Epomaker HE75 V2 refines Hall-effect design with swappable knob and 75% layout
A swappable knob, 8,000mAh battery and 75% layout turn the HE75 V2 into a smarter Hall-effect follow-up. The real test is whether it feels better at the desk.

Epomaker’s HE75 V2 looks less like a fresh Hall-effect headline grab and more like a correction. The board keeps the 75% formula that matters most in daily use: a compact footprint with the function row and number row intact, plus a trimmed navigation cluster that leaves just three keys on the right. For gamers, programmers and anyone tired of full-size desk sprawl, that is the kind of layout change that actually shows up every time the board is used.
The biggest carryover is the modular knob, but Epomaker has made it more interesting this time. On the HE75 V2, the knob is swappable as two keys, so buyers are no longer locked into a rotary controller if they would rather reclaim that space for a more traditional setup. That is a small hardware detail with outsized day-to-day impact, especially on a board that is trying to be both a gaming tool and a typing board instead of leaning too hard into one identity.

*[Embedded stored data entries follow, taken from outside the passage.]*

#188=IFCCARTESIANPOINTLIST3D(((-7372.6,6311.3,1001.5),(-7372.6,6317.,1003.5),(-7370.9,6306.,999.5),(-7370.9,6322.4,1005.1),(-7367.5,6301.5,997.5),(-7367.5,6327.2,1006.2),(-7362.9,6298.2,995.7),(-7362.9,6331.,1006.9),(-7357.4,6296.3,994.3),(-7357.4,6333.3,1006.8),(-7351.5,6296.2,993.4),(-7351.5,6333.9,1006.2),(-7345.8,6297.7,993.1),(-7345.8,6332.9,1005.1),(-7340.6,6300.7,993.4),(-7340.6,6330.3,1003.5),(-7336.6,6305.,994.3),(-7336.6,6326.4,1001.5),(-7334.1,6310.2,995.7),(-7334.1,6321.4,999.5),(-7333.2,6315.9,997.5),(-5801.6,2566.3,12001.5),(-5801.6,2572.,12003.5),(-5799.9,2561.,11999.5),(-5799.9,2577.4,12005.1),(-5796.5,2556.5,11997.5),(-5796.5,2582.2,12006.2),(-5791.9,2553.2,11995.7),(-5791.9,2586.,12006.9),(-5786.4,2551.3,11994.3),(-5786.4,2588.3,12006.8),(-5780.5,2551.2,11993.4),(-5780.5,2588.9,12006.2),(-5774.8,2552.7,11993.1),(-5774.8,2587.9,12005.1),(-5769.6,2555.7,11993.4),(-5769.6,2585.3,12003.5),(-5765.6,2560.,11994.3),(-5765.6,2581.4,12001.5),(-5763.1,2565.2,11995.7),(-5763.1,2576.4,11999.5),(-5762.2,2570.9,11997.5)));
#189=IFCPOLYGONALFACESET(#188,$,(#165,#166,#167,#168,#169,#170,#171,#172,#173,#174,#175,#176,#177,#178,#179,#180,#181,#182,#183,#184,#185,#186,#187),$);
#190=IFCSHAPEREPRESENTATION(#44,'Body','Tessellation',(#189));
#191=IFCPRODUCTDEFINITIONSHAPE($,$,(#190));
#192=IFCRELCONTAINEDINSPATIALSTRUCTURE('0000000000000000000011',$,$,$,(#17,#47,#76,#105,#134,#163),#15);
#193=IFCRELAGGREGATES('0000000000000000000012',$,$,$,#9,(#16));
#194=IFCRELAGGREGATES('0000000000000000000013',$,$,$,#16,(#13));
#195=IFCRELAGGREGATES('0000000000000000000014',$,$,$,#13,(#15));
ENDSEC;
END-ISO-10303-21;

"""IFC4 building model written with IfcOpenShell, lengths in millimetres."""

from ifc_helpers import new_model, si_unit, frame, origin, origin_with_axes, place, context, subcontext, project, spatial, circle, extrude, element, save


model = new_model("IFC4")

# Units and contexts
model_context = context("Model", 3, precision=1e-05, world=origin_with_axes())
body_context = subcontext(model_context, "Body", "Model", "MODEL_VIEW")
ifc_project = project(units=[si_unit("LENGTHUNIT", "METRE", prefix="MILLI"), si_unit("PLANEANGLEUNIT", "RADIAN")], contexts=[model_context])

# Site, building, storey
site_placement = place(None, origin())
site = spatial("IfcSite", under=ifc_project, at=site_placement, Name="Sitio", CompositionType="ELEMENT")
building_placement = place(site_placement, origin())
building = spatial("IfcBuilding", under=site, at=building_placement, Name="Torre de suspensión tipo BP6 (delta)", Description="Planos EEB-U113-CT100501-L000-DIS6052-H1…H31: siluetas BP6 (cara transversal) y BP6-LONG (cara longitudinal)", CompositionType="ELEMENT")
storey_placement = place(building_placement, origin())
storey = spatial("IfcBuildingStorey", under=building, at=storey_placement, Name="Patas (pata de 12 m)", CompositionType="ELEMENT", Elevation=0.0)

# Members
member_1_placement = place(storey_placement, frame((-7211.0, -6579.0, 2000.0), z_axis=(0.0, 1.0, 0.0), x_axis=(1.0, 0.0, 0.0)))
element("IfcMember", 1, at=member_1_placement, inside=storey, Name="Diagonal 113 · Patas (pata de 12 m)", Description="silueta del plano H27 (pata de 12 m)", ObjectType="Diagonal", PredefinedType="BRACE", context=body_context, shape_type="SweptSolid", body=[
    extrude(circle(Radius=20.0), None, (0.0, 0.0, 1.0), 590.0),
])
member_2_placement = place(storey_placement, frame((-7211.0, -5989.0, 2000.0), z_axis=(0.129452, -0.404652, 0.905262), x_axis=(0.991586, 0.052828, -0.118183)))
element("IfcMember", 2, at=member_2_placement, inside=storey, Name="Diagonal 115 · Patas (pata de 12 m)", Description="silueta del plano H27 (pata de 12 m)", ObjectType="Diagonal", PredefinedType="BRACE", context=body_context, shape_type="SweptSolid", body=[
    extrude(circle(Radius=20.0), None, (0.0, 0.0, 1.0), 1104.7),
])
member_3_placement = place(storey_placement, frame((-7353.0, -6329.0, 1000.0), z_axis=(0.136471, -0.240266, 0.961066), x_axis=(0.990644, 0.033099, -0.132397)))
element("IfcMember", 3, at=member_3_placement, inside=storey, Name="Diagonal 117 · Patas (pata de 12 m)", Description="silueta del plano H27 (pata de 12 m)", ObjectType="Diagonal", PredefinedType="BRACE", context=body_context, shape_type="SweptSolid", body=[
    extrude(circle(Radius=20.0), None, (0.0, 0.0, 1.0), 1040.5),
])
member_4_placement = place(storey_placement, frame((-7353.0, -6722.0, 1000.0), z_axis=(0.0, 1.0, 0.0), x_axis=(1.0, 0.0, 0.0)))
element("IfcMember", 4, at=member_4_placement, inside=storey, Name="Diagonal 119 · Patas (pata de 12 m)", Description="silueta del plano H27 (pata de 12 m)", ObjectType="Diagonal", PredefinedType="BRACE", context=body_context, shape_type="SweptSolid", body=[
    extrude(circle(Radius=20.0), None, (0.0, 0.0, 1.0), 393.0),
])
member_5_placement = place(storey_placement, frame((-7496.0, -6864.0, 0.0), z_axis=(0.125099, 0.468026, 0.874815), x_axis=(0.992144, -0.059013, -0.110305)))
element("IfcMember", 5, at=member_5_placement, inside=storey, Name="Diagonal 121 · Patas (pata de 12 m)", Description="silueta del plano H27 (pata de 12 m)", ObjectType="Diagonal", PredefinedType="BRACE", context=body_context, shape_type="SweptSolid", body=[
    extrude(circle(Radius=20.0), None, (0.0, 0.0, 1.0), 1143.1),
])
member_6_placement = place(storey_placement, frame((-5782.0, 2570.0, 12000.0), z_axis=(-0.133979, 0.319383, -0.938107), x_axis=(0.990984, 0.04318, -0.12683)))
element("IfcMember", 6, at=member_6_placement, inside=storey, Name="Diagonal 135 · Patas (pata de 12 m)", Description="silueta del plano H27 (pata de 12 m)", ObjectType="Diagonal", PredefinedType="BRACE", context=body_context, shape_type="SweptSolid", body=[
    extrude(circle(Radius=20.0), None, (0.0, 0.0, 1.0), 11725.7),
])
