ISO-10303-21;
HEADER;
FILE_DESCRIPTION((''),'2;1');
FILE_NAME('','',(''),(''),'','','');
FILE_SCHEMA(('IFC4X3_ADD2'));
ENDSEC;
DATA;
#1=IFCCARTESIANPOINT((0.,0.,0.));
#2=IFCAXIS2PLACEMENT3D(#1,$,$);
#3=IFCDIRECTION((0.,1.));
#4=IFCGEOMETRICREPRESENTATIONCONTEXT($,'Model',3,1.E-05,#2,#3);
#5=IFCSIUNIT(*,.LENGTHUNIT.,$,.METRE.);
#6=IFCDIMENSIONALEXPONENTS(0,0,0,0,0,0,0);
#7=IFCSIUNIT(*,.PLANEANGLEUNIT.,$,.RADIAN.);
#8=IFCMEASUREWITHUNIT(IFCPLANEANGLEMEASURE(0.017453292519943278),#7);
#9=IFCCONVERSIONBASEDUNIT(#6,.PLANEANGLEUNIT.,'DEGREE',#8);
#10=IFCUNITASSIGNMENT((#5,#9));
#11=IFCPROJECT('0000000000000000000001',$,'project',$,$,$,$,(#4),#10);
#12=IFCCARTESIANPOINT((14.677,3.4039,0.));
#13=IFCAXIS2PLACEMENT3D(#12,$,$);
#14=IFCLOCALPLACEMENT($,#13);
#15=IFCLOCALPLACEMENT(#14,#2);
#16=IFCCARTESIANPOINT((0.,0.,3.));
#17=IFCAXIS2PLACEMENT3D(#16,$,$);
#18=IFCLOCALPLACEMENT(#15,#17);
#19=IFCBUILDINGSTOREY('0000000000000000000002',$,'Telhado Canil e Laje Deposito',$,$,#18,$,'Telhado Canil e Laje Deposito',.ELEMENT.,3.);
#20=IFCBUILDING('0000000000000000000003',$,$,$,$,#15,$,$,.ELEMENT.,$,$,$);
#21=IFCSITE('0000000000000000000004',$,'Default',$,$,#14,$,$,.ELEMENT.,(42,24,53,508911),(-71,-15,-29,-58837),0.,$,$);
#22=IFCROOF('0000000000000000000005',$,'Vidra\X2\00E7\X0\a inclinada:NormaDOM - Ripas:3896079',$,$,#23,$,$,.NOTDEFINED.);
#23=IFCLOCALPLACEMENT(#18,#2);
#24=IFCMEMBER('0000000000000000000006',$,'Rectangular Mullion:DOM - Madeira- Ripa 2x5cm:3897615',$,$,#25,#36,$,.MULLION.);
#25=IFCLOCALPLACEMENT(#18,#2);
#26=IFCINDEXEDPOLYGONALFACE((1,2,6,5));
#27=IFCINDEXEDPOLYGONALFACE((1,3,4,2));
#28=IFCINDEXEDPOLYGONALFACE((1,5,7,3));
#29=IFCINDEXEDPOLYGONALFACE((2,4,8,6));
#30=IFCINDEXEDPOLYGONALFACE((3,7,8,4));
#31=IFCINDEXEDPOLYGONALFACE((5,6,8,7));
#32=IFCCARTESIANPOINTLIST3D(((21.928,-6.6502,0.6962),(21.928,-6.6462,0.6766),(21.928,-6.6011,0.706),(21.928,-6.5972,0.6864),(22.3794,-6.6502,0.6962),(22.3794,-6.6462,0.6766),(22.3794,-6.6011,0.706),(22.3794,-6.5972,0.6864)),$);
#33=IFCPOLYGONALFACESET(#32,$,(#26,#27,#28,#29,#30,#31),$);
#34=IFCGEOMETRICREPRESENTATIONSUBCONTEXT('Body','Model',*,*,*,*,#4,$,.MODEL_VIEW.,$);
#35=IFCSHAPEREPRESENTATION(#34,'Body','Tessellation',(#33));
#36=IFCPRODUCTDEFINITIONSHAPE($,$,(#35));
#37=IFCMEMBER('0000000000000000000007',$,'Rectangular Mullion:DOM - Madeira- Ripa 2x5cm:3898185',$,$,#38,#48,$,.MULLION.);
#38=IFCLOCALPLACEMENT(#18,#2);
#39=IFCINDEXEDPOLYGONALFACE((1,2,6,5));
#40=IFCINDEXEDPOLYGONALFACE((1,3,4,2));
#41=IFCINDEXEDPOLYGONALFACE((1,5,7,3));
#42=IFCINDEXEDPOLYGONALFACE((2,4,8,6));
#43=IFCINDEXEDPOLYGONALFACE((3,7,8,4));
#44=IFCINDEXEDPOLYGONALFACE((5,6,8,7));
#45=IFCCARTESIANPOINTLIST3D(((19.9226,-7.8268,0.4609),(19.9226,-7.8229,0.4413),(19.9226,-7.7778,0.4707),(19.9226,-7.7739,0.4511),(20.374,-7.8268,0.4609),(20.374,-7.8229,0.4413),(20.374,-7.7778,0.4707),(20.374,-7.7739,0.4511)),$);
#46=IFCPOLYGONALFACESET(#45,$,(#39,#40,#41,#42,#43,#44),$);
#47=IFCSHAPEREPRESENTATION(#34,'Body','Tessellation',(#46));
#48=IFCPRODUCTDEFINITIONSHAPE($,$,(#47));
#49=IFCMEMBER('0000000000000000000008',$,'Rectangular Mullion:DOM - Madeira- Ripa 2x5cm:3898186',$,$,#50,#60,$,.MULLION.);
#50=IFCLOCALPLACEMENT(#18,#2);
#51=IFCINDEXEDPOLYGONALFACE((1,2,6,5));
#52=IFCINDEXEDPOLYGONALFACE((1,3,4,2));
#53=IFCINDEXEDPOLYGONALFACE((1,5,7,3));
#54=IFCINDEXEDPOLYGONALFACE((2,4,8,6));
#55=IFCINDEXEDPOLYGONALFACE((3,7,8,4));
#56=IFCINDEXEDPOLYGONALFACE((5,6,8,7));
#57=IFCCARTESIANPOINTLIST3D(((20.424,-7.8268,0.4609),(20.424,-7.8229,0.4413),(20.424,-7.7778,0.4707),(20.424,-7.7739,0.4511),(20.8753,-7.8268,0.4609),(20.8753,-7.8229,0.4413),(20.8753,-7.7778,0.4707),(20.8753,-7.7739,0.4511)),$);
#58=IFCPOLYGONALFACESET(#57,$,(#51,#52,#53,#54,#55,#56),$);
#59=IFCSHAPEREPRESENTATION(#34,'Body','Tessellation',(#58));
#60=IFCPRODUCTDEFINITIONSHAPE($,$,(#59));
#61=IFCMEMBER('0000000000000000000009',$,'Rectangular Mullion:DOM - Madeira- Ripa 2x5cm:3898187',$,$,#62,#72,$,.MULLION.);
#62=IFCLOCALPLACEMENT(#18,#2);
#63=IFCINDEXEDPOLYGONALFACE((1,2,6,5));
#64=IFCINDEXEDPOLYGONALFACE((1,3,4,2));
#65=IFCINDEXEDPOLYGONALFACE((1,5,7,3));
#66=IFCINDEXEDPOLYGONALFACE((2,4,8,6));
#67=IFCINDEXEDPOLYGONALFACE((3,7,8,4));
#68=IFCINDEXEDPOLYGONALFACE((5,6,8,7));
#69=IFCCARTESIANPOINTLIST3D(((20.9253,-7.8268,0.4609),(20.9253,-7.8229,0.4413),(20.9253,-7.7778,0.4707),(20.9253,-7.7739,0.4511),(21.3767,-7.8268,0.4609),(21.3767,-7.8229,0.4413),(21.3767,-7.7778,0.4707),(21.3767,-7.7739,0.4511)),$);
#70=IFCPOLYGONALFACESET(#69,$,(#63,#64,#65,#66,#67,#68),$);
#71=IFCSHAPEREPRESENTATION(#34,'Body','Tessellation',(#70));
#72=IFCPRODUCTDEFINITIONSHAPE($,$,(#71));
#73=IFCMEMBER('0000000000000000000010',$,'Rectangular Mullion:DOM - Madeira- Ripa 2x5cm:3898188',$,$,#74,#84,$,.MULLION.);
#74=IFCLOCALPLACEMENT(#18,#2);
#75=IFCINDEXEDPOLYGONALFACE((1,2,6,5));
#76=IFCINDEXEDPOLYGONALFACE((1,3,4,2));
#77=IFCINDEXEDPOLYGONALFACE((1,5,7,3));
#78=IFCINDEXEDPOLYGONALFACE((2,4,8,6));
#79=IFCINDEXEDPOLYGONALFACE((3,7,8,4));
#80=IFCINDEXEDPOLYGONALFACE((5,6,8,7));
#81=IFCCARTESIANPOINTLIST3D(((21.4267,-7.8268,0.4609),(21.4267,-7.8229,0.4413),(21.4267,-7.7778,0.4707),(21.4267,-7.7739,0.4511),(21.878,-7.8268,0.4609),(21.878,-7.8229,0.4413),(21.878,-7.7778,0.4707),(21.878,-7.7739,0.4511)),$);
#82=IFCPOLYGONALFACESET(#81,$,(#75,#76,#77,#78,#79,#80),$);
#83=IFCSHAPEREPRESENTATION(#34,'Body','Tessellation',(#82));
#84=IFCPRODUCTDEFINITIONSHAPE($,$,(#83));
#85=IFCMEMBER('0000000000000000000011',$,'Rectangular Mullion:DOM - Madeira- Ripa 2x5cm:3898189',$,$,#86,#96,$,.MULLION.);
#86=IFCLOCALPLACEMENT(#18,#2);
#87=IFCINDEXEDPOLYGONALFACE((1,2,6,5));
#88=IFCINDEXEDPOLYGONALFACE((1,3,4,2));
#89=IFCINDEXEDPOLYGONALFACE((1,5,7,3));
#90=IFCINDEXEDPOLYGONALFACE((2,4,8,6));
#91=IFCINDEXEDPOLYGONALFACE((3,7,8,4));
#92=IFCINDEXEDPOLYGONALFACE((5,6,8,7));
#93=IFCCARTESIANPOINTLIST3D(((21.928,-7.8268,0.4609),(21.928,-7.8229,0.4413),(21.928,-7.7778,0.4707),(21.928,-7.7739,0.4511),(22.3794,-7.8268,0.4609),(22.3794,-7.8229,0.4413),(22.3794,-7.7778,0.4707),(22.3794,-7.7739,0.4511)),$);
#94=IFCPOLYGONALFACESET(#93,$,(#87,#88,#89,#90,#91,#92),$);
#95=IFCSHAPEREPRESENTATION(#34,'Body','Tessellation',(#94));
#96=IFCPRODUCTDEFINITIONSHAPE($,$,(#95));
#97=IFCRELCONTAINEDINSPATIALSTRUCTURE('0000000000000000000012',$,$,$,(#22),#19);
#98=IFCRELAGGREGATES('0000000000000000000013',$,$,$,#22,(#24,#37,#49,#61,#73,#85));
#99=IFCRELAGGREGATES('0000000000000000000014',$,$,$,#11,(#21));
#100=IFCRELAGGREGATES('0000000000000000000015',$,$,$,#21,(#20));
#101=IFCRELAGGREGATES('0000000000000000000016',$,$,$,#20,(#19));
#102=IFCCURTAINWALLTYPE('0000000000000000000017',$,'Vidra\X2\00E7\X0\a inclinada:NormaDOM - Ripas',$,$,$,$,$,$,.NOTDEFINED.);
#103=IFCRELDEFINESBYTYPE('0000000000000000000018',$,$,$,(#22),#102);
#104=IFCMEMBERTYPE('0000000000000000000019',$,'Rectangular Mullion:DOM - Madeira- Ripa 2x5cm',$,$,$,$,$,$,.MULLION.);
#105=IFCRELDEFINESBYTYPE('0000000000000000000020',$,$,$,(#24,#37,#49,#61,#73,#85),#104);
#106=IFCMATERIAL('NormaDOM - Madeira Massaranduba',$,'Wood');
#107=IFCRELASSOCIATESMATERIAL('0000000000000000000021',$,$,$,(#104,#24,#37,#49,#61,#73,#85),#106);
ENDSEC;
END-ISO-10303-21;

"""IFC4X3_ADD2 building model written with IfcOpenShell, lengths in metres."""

from ifc_helpers import new_model, entity, si_unit, converted_unit, direction, frame, origin, origin_2d_with_axis, place, context, subcontext, project, spatial, rectangle, extrude, source, transform, mapped, material, material_profile, profile_set, profile_usage, type_object, type_shapes, element, aggregate, save


model = new_model("IFC4X3_ADD2")

# Units and contexts
model_context = context("Model", 3, precision=1e-05, world=origin(), true_north=direction((0.0, 1.0)))
body_context = subcontext(model_context, "Body", "Model", "MODEL_VIEW")
ifc_project = project(units=[si_unit("LENGTHUNIT", "METRE"), converted_unit("PLANEANGLEUNIT", "DEGREE", entity("IfcPlaneAngleMeasure", 0.017453292519943278), si_unit("PLANEANGLEUNIT", "RADIAN"), dimensions=[0, 0, 0, 0, 0, 0, 0])], contexts=[model_context])

# Site, building, storey
site_placement = place(None, frame((14.677, 3.4039, 0.0)))
site = spatial("IfcSite", under=ifc_project, at=site_placement, Name="Default", CompositionType="ELEMENT", RefLatitude=(42, 24, 53, 508911), RefLongitude=(-71, -15, -29, -58837), RefElevation=0.0)
building_placement = place(site_placement, origin())
building = spatial("IfcBuilding", under=site, at=building_placement, CompositionType="ELEMENT")
storey_placement = place(building_placement, frame((0.0, 0.0, 3.0)))
storey = spatial("IfcBuildingStorey", under=building, at=storey_placement, Name="Telhado Canil e Laje Deposito", LongName="Telhado Canil e Laje Deposito", CompositionType="ELEMENT", Elevation=3.0)

# Shared definitions
ifc_material = material(Name="NormaDOM - Madeira Massaranduba", Category="Wood")

# Roof, members
curtain_wall_type_1 = type_object("IfcCurtainWallType", Name="Vidraça inclinada:NormaDOM - Ripas", PredefinedType="NOTDEFINED")
roof_1_placement = place(storey_placement, frame((0.0, 0.0, -3.0)))
roof_1 = element("IfcRoof", 1, at=roof_1_placement, inside=storey, type_object=curtain_wall_type_1, Name="Vidraça inclinada:NormaDOM - Ripas:3896079", PredefinedType="NOTDEFINED")
ifc_material_profile_1 = material_profile(ifc_material, rectangle(XDim=0.05, YDim=0.02, at=origin_2d_with_axis()), Name="DOM - Madeira- Ripa 2x5cm")
ifc_profile_set_1 = profile_set([ifc_material_profile_1], Name="DOM - Madeira- Ripa 2x5cm")
ifc_profile_usage_1 = profile_usage(ifc_profile_set_1)
member_type_1 = type_object("IfcMemberType", Name="Rectangular Mullion:DOM - Madeira- Ripa 2x5cm", PredefinedType="MULLION", material=ifc_profile_set_1)
shared_shape_1 = source(origin(), body_context, "Body", "SweptSolid", [
    extrude(rectangle(XDim=0.05, YDim=0.02, at=origin_2d_with_axis()), frame((0.025, 0.01, -0.4514), z_axis=(0.0, 0.0, 1.0), x_axis=(-1.0, 0.0, 0.0)), (0.0, 0.0, 1.0), 0.4514),
])
type_shapes(member_type_1, [shared_shape_1])
member_1_placement = place(roof_1_placement, frame((21.928, -6.6502, 3.6962), z_axis=(-1.0, 0.0, 0.0), x_axis=(0.0, 0.980581, 0.196116)))
member_1 = element("IfcMember", 2, at=member_1_placement, type_object=member_type_1, material=ifc_profile_usage_1, Name="Rectangular Mullion:DOM - Madeira- Ripa 2x5cm:3897615", PredefinedType="MULLION", context=body_context, shape_type="MappedRepresentation", body=[
    mapped(shared_shape_1, transform((0.0, 0.0, 0.0), scale=1.0)),
])
member_2_placement = place(roof_1_placement, frame((19.9226, -7.8268, 3.4609), z_axis=(-1.0, 0.0, 0.0), x_axis=(0.0, 0.980581, 0.196116)))
member_2 = element("IfcMember", 3, at=member_2_placement, type_object=member_type_1, material=ifc_profile_usage_1, Name="Rectangular Mullion:DOM - Madeira- Ripa 2x5cm:3898185", PredefinedType="MULLION", context=body_context, shape_type="MappedRepresentation", body=[
    mapped(shared_shape_1, transform((0.0, 0.0, 0.0), scale=1.0)),
])
member_3_placement = place(roof_1_placement, frame((20.424, -7.8268, 3.4609), z_axis=(-1.0, 0.0, 0.0), x_axis=(0.0, 0.980581, 0.196116)))
member_3 = element("IfcMember", 4, at=member_3_placement, type_object=member_type_1, material=ifc_profile_usage_1, Name="Rectangular Mullion:DOM - Madeira- Ripa 2x5cm:3898186", PredefinedType="MULLION", context=body_context, shape_type="MappedRepresentation", body=[
    mapped(shared_shape_1, transform((0.0, 0.0, 0.0), scale=1.0)),
])
member_4_placement = place(roof_1_placement, frame((20.9253, -7.8268, 3.4609), z_axis=(-1.0, 0.0, 0.0), x_axis=(0.0, 0.980581, 0.196116)))
member_4 = element("IfcMember", 5, at=member_4_placement, type_object=member_type_1, material=ifc_profile_usage_1, Name="Rectangular Mullion:DOM - Madeira- Ripa 2x5cm:3898187", PredefinedType="MULLION", context=body_context, shape_type="MappedRepresentation", body=[
    mapped(shared_shape_1, transform((0.0, 0.0, 0.0), scale=1.0)),
])
member_5_placement = place(roof_1_placement, frame((21.4267, -7.8268, 3.4609), z_axis=(-1.0, 0.0, 0.0), x_axis=(0.0, 0.980581, 0.196116)))
member_5 = element("IfcMember", 6, at=member_5_placement, type_object=member_type_1, material=ifc_profile_usage_1, Name="Rectangular Mullion:DOM - Madeira- Ripa 2x5cm:3898188", PredefinedType="MULLION", context=body_context, shape_type="MappedRepresentation", body=[
    mapped(shared_shape_1, transform((0.0, 0.0, 0.0), scale=1.0)),
])
member_6_placement = place(roof_1_placement, frame((21.928, -7.8268, 3.4609), z_axis=(-1.0, 0.0, 0.0), x_axis=(0.0, 0.980581, 0.196116)))
member_6 = element("IfcMember", 7, at=member_6_placement, type_object=member_type_1, material=ifc_profile_usage_1, Name="Rectangular Mullion:DOM - Madeira- Ripa 2x5cm:3898189", PredefinedType="MULLION", context=body_context, shape_type="MappedRepresentation", body=[
    mapped(shared_shape_1, transform((0.0, 0.0, 0.0), scale=1.0)),
])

The rest of the construction pushes in the same direction. The HE75 V2 uses an ABS case, an FR4 plate and a 5-layer gasket structure, a combination that should matter more to sound and feel than to marketing copy. Epomaker is also pairing the board with Creamy Jade magnetic switches, Cherry-profile PC matte-transparent keycaps and south-facing RGB, while offering all-black and all-white finishes. The chassis weighs about 1kg, which gives it more desk presence than a lightweight plastic board and suggests Epomaker is trying to court enthusiasts who care about stability as much as speed.
The spec bump is real too. Epomaker lists an 8,000mAh battery, up from the 4,000mAh cell on the earlier HE75 Mag, along with 2.4GHz, Bluetooth and wired connectivity. It also claims 8,000Hz polling over USB and 2.4GHz, with 0.1ms wired latency and 0.58ms latency over wireless. The earlier HE75 Mag was sold at $99.99 and advertised 40 actuation levels from 0.1mm to 4.0mm, plus a 0.125ms wireless latency claim. That model also drew criticism for typing sound, rattly stabilizers, clunky software and inconsistent key inputs, even as its wireless mode and customization earned praise.

That history is why the HE75 V2 matters. Hall-effect boards are no longer being judged only on rapid trigger and actuation tuning. They are being judged on whether they feel good, sound good and work naturally as everyday keyboards. In that sense, the HE75 V2 reads like a meaningful refinement, not a spec-sheet refresh: the kind of update that could matter on a desk long after the latency numbers fade from memory.